As a party we have forgotten our roots, and have arrogantly assumed that our core support would stay loyal because it has nowhere else to go. The party is now paying the price for that complacency. It can no longer ignore what it’s being told on the doorstep, in workplaces, at ballot boxes and in opinion polls.

Unison backed Corbyn in two successive leadership elections because our members believed – and I believe – he can offer a meaningful and positive change in our politics, challenging the austerity that has ravaged our public services. He is a friend of mine, and a friend of our union. He has our support, because his agenda is our agenda.

Yet friendship and support should never stand in the way of candour. True friends don’t let friends lose lifelong Labour seats and pretend everything is OK. Corbyn is the leader of the Labour party, so while he should not be held solely responsible for Labour’s downturn, he must now take responsibility for turning things around.

That means working with the best talents from across the party to rebuild Labour in our communities and in Parliament. That means striving for real unity – not just the absence of open dissent. That means less debate about rule changes and more action on real changes in our economy and our society.

Our public servants and public services need an end to spending cuts, a change that can only be delivered by a Labour government. 

For too many in the Labour party the aim is to win the debate and seize the perceived moral high ground – none of which appears to be winning the party public support. 

But elections aren’t won by telling people they’re ignorant, muddle-headed or naive. Those at the sharp end – in particular the millions of public service employees losing their jobs or facing repeated real-terms pay cuts – cannot afford for the party to be so aloof.

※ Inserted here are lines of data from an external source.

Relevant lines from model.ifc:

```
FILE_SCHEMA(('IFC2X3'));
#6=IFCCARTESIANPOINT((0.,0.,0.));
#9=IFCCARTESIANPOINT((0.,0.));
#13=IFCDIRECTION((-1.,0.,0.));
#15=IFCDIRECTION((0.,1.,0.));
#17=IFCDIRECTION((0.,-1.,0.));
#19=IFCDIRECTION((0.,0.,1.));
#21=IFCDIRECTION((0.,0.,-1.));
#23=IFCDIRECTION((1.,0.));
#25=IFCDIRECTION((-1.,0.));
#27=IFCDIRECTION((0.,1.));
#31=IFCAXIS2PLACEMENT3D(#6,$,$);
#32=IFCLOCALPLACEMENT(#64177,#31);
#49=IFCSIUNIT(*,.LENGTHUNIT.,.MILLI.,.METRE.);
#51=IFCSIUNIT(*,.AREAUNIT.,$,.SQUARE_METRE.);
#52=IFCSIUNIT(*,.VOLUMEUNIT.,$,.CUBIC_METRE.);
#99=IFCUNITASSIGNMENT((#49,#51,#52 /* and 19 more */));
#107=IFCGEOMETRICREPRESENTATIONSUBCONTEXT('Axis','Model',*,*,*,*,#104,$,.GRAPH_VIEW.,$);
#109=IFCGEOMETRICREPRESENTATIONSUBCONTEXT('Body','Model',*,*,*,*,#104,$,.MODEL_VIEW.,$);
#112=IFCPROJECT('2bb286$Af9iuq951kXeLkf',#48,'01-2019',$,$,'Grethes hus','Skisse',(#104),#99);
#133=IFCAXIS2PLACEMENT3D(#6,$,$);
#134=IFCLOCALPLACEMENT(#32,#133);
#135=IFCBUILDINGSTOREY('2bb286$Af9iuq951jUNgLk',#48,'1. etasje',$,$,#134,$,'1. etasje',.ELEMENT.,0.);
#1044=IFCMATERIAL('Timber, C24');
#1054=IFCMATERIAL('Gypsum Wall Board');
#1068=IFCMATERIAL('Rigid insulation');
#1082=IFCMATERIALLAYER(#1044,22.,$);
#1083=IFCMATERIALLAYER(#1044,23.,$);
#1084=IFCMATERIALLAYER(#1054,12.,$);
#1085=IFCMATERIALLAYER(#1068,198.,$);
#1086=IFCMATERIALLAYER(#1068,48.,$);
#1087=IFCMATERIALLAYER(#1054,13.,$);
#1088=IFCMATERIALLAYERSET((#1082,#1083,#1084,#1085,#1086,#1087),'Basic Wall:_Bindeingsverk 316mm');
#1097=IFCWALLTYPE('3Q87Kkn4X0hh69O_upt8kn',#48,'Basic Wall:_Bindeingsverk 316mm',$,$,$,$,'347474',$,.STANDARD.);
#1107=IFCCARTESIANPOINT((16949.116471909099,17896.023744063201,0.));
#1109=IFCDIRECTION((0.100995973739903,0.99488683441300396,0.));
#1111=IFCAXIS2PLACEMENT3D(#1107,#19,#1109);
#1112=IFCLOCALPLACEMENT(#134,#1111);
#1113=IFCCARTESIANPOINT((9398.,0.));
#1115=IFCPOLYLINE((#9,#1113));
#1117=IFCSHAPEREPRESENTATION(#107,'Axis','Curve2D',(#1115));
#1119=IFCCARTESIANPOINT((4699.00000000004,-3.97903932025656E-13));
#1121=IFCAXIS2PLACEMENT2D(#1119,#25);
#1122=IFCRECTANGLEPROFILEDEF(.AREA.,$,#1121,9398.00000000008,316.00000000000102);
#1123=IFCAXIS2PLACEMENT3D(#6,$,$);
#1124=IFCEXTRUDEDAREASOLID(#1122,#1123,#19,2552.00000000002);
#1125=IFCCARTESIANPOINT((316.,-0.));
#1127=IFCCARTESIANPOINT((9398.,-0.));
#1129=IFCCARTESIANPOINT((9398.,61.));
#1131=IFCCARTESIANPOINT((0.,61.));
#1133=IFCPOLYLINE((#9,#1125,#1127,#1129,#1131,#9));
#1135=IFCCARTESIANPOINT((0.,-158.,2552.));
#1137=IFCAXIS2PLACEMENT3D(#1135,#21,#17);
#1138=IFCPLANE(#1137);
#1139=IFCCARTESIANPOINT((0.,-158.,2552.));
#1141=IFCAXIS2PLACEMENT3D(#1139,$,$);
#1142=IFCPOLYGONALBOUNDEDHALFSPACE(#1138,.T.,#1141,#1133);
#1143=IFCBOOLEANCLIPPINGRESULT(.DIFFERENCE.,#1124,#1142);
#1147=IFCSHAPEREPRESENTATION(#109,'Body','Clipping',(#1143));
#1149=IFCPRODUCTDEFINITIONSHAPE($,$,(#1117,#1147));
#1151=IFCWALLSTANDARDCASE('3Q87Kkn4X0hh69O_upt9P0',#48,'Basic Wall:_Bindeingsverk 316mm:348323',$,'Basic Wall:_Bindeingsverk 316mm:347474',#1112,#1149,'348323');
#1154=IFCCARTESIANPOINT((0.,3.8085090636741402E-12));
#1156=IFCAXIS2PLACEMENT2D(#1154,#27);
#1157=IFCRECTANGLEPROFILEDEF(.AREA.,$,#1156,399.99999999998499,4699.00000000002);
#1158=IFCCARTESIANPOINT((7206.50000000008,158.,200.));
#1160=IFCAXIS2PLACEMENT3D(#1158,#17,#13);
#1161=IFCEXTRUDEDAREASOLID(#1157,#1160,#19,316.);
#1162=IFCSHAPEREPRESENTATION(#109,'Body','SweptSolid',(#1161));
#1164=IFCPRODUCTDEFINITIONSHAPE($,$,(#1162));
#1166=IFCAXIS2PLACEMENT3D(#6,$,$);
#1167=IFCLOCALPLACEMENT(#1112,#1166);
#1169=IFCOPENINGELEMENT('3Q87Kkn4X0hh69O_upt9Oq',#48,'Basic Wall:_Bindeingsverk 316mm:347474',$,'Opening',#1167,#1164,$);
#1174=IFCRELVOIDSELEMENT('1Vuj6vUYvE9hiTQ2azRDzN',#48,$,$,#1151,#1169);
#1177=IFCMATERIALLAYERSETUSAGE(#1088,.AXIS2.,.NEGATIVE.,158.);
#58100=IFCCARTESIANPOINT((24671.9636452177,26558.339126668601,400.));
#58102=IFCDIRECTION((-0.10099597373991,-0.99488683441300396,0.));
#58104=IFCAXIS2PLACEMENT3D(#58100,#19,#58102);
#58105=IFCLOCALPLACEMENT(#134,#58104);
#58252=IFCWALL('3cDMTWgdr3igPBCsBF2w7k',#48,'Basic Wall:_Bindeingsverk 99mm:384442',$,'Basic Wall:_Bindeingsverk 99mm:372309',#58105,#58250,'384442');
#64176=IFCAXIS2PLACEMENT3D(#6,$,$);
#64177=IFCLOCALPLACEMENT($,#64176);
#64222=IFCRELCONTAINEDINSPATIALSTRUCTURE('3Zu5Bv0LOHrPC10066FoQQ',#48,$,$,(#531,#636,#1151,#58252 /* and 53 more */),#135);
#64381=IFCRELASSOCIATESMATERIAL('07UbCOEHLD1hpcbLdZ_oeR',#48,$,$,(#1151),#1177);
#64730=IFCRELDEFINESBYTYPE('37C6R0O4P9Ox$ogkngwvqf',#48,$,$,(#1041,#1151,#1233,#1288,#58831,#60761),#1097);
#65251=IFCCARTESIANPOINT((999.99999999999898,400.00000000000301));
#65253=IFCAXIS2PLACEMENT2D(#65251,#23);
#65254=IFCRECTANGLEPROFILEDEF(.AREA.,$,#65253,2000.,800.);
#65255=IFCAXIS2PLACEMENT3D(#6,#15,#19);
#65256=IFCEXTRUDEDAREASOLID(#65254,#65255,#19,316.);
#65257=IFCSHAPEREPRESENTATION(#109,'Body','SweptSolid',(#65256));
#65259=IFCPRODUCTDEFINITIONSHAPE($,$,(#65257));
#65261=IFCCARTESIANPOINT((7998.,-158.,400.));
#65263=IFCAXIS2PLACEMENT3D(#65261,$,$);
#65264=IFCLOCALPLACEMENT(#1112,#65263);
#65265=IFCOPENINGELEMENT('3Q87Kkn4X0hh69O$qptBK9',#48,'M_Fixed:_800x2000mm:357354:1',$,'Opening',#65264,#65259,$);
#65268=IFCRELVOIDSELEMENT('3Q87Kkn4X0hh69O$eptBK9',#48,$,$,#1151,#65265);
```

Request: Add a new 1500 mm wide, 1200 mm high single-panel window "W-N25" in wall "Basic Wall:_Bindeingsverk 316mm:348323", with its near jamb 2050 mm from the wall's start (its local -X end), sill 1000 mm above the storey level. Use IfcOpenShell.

```python
import numpy as np
import ifcopenshell
import ifcopenshell.api.feature
import ifcopenshell.api.geometry
import ifcopenshell.api.root
import ifcopenshell.api.spatial
import ifcopenshell.api.type
import ifcopenshell.geom
import ifcopenshell.util.element
import ifcopenshell.util.placement
import ifcopenshell.util.representation
import ifcopenshell.util.shape
import ifcopenshell.util.unit

model = ifcopenshell.open("model.ifc")
unit_scale = ifcopenshell.util.unit.calculate_unit_scale(model)
settings = ifcopenshell.geom.settings()


def volume(element):
    """Net volume in cubic metres, openings subtracted."""
    shape = ifcopenshell.geom.create_shape(settings, element)
    return ifcopenshell.util.shape.get_volume(shape.geometry)


wall = model.by_id(1151)
storey = ifcopenshell.util.element.get_container(wall, ifc_class="IfcBuildingStorey")
context = ifcopenshell.util.representation.get_context(model, "Model", "Body", "MODEL_VIEW")
before = volume(wall)

width, height, from_end, sill = 1.5, 1.2, 2.05, 1  # metres

# The wall runs along its own X axis, and the end named is its -X end.
wall_shape = ifcopenshell.geom.create_shape(settings, wall)
x, y, z = ifcopenshell.util.shape.get_vertices(wall_shape.geometry).T
start = x.min() + from_end
face, thickness = float(y.min()), float(y.max() - y.min())
wall_matrix = ifcopenshell.util.placement.get_local_placement(wall.ObjectPlacement)
level = ifcopenshell.util.placement.get_local_placement(storey.ObjectPlacement)[2, 3]


def in_wall(x, y):
    """Placement at x, y metres in the wall's axes, at sill height."""
    matrix = wall_matrix.copy()
    matrix[:, 3] = wall_matrix @ np.array([x / unit_scale, y / unit_scale, 0.0, 1.0])
    matrix[2, 3] = level + sill / unit_scale
    return matrix


# Opening: a box that overshoots both wall faces by 50 mm.
opening = ifcopenshell.api.root.create_entity(model, ifc_class="IfcOpeningElement")
box = ifcopenshell.api.geometry.add_wall_representation(
    model, context=context, length=width, height=height, thickness=thickness + 0.1
)
ifcopenshell.api.geometry.assign_representation(model, product=opening, representation=box)
ifcopenshell.api.geometry.edit_object_placement(model, product=opening, matrix=in_wall(start, face - 0.05), is_si=False)
ifcopenshell.api.feature.add_feature(model, feature=opening, element=wall)

window = ifcopenshell.api.root.create_entity(model, ifc_class="IfcWindow", name="W-N25")
window.OverallWidth, window.OverallHeight = width / unit_scale, height / unit_scale
body = ifcopenshell.api.geometry.add_window_representation(
    model,
    context=context,
    overall_width=window.OverallWidth,
    overall_height=window.OverallHeight,
    partition_type="SINGLE_PANEL",
)
ifcopenshell.api.geometry.assign_representation(model, product=window, representation=body)
ifcopenshell.api.spatial.assign_container(model, products=[window], relating_structure=storey)
fills = ifcopenshell.api.feature.add_filling(model, opening=opening, element=window)
fills.OwnerHistory = window.OwnerHistory  # required in IFC2X3

# IFC2X3 keeps the operation on the window style.
style = ifcopenshell.api.root.create_entity(model, ifc_class="IfcWindowStyle", name="W-N25")
style.OperationType, style.ConstructionType = "SINGLE_PANEL", "NOTDEFINED"
style.ParameterTakesPrecedence = style.Sizeable = False
ifcopenshell.api.type.assign_type(model, related_objects=[window], relating_type=style)

# Centre the window in the wall's thickness.
ifcopenshell.api.geometry.edit_object_placement(model, product=window, matrix=in_wall(start, face), is_si=False)
window_shape = ifcopenshell.geom.create_shape(settings, window)
depth = ifcopenshell.util.shape.get_vertices(window_shape.geometry)[:, 1]
offset = face + thickness / 2 - (depth.min() + depth.max()) / 2
ifcopenshell.api.geometry.edit_object_placement(model, product=window, matrix=in_wall(start, offset), is_si=False)

after = volume(wall)

print(f"wall volume {before:.3f} -> {after:.3f} m3")

model.write("model_rev.ifc")
```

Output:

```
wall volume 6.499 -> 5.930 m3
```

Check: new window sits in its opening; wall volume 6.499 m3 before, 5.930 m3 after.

Because if you’re a homecare worker earning less than the minimum wage with no respite in sight, you need an end to austerity and a Labour government.

If you’re a nurse working in a hospital that’s constantly trying to do more with less, you need an end to austerity and a Labour government.

And if you’re a teaching assistant, social worker or local government administrator you desperately need an end to austerity, and an end to this divisive government.

That can only happen through a Labour party that’s winning elections. That has always been the position of the union movement, and the Labour party as its parliamentary wing. 

While there are many ways in which we can change society and our communities for the better, the only way to make lasting change is to win elections, and seize power for working people.

That is, and must always be, the Labour party’s cause. Let Copeland be our final warning, not the latest signpost on the road to decline.

Dave Prentis is Unison's general secretary.